5. Advanced Methods can Break
Since there are so many different ways to block the tracking pixel, some people – and some communications platforms – have turned to tracking links within your emails instead of tracking code. A link isn’t an image, so it won’t be blocked. It won’t, however, tell you when an email is opened. Rather, it tells you when the link inside is clicked.
This isn’t actually an equivalent piece of information. When your link is clicked, you know your email was opened and read, but people who open emails are not necessarily going to open a link. Therefore, your “open” rates will be much lower, but the people who do “open” via clicking the link will be a much more qualified lead, because they had enough interest to click through already.
The issue here is that some enterprise-level security services, email firewalls, and privacy suites will simply block URLs that have redirects attached to them. Since redirects are a lot cleaner than, say, UTM parameters, they are how most of this tracking works. UTM parameters are good for tracking traffic and user behavior, but they aren’t good for other forms of tracking. Thus, the redirects.
OpenDNS and many corporate-level firewall appliances are the bane of life for anyone trying to track link clicks in emails. If your link has a redirect in it, the firewall will simply block the URL. This helps prevent phishing attacks, malicious code downloads, and other scams, but it also prevents tracking when you’re trying to email and reach enterprise customers.
This is a worse problem than it sounds, too. Since links are blocked, the reader might decide that there’s something other than their firewall at fault. Many people don’t read error messages, after all. All they see is “this domain is blocked” and possibly a warning message about security or phishing, none of which inspires confidence. If you’re cold-emailing a contact and they click a link only to be presented with a security threat, they are probably just going to disregard you entirely. It’s not worth the risk.

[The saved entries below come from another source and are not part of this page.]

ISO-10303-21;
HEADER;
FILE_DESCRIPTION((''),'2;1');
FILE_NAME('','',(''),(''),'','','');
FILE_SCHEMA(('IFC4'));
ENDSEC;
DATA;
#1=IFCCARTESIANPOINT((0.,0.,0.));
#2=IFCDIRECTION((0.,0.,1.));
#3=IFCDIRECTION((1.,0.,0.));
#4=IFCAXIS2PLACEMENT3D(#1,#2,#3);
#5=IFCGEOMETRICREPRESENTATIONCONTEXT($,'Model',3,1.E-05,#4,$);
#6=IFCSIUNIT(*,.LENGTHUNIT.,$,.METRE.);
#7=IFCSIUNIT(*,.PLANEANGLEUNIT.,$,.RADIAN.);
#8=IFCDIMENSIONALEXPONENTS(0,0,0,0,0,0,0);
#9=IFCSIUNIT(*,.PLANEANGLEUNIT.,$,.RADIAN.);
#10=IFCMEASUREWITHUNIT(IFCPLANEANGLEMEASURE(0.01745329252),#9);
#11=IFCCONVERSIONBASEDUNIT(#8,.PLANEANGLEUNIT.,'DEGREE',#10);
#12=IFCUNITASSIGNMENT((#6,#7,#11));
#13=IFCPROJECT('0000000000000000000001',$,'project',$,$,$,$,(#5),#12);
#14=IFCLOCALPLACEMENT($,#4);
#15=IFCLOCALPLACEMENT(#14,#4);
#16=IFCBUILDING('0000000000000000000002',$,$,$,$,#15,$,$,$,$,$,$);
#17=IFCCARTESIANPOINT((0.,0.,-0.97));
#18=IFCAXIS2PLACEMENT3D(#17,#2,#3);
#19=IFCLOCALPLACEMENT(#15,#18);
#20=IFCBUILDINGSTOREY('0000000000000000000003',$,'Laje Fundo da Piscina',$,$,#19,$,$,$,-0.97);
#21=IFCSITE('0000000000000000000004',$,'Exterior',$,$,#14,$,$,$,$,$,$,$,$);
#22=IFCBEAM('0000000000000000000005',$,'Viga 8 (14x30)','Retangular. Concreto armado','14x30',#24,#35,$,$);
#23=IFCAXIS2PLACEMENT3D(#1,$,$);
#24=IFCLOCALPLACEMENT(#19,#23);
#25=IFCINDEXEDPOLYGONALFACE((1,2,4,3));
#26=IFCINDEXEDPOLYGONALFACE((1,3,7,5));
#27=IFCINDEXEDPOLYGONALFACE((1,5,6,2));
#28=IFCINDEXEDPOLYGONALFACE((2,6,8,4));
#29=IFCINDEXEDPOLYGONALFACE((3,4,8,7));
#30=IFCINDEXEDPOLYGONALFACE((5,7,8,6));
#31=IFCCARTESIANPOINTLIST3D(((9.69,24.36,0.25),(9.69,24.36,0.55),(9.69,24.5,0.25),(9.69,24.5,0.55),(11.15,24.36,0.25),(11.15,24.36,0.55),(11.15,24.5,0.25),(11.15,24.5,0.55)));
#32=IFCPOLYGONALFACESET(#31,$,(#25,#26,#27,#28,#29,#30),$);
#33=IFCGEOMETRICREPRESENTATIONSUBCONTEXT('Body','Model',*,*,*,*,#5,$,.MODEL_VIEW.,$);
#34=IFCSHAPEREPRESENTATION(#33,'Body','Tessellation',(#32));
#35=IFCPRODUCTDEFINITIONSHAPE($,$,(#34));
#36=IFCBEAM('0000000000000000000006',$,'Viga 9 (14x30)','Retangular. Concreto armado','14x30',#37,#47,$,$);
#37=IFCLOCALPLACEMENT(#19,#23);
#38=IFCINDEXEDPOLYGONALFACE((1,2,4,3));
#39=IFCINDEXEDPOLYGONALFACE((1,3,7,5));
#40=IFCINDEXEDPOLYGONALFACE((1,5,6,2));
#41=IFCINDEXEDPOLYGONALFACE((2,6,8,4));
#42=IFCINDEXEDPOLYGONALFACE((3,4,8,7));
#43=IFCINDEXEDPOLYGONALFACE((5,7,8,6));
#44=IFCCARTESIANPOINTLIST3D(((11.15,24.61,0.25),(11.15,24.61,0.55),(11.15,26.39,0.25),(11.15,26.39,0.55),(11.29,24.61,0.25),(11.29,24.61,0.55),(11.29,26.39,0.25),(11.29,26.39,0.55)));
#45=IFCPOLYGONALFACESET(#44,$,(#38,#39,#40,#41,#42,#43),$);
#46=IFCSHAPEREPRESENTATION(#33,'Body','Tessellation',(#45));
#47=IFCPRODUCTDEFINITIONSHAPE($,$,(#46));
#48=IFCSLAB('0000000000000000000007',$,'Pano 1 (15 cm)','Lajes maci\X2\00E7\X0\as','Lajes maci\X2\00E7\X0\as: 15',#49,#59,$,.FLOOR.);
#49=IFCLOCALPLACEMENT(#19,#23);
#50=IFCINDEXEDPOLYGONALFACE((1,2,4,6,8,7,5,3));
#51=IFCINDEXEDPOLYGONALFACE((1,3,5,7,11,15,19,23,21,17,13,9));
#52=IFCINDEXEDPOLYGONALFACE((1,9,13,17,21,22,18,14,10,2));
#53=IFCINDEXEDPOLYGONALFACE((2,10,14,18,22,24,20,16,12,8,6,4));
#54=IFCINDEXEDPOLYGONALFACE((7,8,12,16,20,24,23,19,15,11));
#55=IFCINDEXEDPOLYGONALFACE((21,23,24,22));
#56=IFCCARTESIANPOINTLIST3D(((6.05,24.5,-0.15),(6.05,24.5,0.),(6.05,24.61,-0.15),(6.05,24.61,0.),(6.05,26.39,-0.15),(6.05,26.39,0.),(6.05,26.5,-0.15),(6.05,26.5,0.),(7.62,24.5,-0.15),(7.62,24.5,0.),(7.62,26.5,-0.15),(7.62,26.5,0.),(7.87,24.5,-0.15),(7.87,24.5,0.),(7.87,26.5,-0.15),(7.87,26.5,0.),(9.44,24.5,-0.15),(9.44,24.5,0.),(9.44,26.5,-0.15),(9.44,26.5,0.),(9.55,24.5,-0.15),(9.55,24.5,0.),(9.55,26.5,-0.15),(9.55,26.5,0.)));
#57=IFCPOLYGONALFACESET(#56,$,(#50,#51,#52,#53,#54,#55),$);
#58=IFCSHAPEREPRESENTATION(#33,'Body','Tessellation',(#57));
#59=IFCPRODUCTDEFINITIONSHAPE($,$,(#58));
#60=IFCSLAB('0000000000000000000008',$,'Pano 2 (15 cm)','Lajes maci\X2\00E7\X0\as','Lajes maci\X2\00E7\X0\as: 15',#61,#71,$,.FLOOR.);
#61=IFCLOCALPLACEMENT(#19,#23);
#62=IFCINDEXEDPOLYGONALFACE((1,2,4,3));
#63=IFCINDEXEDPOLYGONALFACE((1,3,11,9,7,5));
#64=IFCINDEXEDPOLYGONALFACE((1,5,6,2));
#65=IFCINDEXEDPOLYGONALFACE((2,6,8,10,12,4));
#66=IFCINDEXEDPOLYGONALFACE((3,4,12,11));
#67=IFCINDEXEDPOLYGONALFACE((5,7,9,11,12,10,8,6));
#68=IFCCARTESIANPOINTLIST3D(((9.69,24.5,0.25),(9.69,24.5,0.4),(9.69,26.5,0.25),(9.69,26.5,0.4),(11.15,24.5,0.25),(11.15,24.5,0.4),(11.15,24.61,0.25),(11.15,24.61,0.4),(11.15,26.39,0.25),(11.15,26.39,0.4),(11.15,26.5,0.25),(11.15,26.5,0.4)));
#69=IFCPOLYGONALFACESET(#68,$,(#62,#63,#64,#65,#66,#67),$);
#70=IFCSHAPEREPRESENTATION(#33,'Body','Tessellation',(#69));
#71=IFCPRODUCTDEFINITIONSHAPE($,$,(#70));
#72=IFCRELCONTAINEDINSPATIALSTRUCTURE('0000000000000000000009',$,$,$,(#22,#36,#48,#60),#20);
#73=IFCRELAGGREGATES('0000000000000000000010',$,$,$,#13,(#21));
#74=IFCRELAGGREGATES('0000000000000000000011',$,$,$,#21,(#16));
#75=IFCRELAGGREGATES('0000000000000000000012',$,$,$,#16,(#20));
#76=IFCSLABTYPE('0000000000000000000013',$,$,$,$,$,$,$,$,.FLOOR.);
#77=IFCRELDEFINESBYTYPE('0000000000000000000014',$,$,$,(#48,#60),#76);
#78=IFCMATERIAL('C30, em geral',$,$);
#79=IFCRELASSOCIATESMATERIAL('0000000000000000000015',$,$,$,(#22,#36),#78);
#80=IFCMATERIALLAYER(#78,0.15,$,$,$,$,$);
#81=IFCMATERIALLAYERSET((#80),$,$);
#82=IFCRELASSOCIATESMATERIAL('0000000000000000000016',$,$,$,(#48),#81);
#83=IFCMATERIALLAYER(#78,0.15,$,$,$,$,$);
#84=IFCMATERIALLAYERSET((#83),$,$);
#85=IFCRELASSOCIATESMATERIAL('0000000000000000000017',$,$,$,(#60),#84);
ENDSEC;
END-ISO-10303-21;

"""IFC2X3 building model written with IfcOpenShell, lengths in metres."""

from ifc_helpers import new_model, entity, si_unit, converted_unit, frame, frame_2d, origin_with_axes, place, context, subcontext, project, spatial, polyline, rectangle, outline, extrude, material, layer, layer_set, layer_usage, type_object, element, save


model = new_model("IFC2X3")

# Units and contexts
model_context = context("Model", 3, precision=1e-05, world=origin_with_axes())
body_context = subcontext(model_context, "Body", "Model", "MODEL_VIEW")
ifc_project = project(units=[si_unit("LENGTHUNIT", "METRE"), si_unit("PLANEANGLEUNIT", "RADIAN"), converted_unit("PLANEANGLEUNIT", "DEGREE", entity("IfcPlaneAngleMeasure", 0.01745329252), si_unit("PLANEANGLEUNIT", "RADIAN"), dimensions=[0, 0, 0, 0, 0, 0, 0])], contexts=[model_context])

# Site, building, storey
site_placement = place(None, origin_with_axes())
site = spatial("IfcSite", under=ifc_project, at=site_placement, Name="Exterior")
building_placement = place(site_placement, origin_with_axes())
building = spatial("IfcBuilding", under=site, at=building_placement)
storey_placement = place(building_placement, frame((0.0, 0.0, -0.97), z_axis=(0.0, 0.0, 1.0), x_axis=(1.0, 0.0, 0.0)))
storey = spatial("IfcBuildingStorey", under=building, at=storey_placement, Name="Laje Fundo da Piscina", Elevation=-0.97)

# Beams
ifc_material_1 = material(Name="C30, em geral")
for number, where, z_axis, x_axis, name in (
    (1, (9.69, 24.43, 0.55), (1.0, 0.0, 0.0), (0.0, 1.0, 0.0), "Viga 8 (14x30)"),
):
    element("IfcBeam", number, at=place(storey_placement, frame(where, z_axis=z_axis, x_axis=x_axis)), inside=storey, material=ifc_material_1, Name=name, Description="Retangular. Concreto armado", ObjectType="14x30", context=body_context, shape_type="SweptSolid", body=[
        extrude(rectangle(XDim=0.14, YDim=0.3, at=frame_2d((0.0, -0.15), x_axis=(1.0, 0.0))), origin_with_axes(), (0.0, 0.0, 1.0), 1.46),
    ])
beam_1_placement = place(storey_placement, frame((11.22, 26.39, 0.55), z_axis=(0.0, -1.0, 0.0), x_axis=(1.0, 0.0, 0.0)))
element("IfcBeam", 2, at=beam_1_placement, inside=storey, material=ifc_material_1, Name="Viga 9 (14x30)", Description="Retangular. Concreto armado", ObjectType="14x30", context=body_context, shape_type="SweptSolid", body=[
    extrude(rectangle(XDim=0.14, YDim=0.3, at=frame_2d((0.0, -0.15), x_axis=(1.0, 0.0))), origin_with_axes(), (0.0, 0.0, 1.0), 1.78),
])

# Slabs
ifc_layer_1 = layer(ifc_material_1, 0.15)
ifc_layer_set_1 = layer_set([ifc_layer_1])
ifc_layer_usage_1 = layer_usage(ifc_layer_set_1, "AXIS3", "POSITIVE", 0.0)
slab_type = type_object("IfcSlabType", PredefinedType="FLOOR")
slab_1_placement = place(storey_placement, frame((0.0, 0.0, -0.15), z_axis=(0.0, 0.0, 1.0), x_axis=(1.0, 0.0, 0.0)))
element("IfcSlab", 3, at=slab_1_placement, inside=storey, type_object=slab_type, material=ifc_layer_usage_1, Name="Pano 1 (15 cm)", Description="Lajes maciças", ObjectType="Lajes maciças: 15", PredefinedType="FLOOR", context=body_context, shape_type="SweptSolid", body=[
    extrude(outline(polyline([(9.44, 26.5), (7.87, 26.5), (7.62, 26.5), (6.05, 26.5), (6.05, 26.39), (6.05, 24.61), (6.05, 24.5), (7.62, 24.5), (7.87, 24.5), (9.44, 24.5), (9.55, 24.5), (9.55, 26.5), (9.44, 26.5)])), origin_with_axes(), (0.0, 0.0, 1.0), 0.15),
])
ifc_layer_2 = layer(ifc_material_1, 0.15)
ifc_layer_set_2 = layer_set([ifc_layer_2])
ifc_layer_usage_2 = layer_usage(ifc_layer_set_2, "AXIS3", "POSITIVE", 0.0)
slab_2_placement = place(storey_placement, frame((0.0, 0.0, 0.25), z_axis=(0.0, 0.0, 1.0), x_axis=(1.0, 0.0, 0.0)))
element("IfcSlab", 4, at=slab_2_placement, inside=storey, type_object=slab_type, material=ifc_layer_usage_2, Name="Pano 2 (15 cm)", Description="Lajes maciças", ObjectType="Lajes maciças: 15", PredefinedType="FLOOR", context=body_context, shape_type="SweptSolid", body=[
    extrude(outline(polyline([(11.15, 24.61), (11.15, 26.39), (11.15, 26.5), (9.69, 26.5), (9.69, 24.5), (11.15, 24.5), (11.15, 24.61)])), origin_with_axes(), (0.0, 0.0, 1.0), 0.15),
])

save(model, "model.ifc")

6. Configuration Issues or Bugs
Depending on your CRM, you may need to set up specific configuration or use a specific checkbox when you’re sending an email to make sure it’s tracked. Toggled features like this exist for convenience. If you know a certain customer has tracker blocking or you’ve had problems with links in a specific domain before, you can simply disable tracking for those domains. Unfortunately, this means sometimes you’ll send off an email with tracking disabled when you meant to enable it. Put simply, user error causes issues plenty of times.
Additionally, sometimes there are simply bugs in the system. Maybe your server isn’t processing the image properly. Maybe the data is getting lost. Maybe a configuration option was broken in a recent patch and you need to wait for a fix.
Here’s an example. In Hubspot’s CRM, it looks like emails need to be sent as HTML, even if there’s nothing non-HTML in the message other than the tracking pixel. If you send your looks-like-plain-text email as plain text, it will not have the tracking pixel embedded, and thus won’t track properly.
In fact, that thread has several related issues, one of which is simply that Hubspot’s tracking servers conked out for a few hours at one point and broke tracking for emails that were opened and would otherwise be tracked during that time. There’s nothing you can do about these issues except report them to a support team – as in that thread – and hope they get fixed.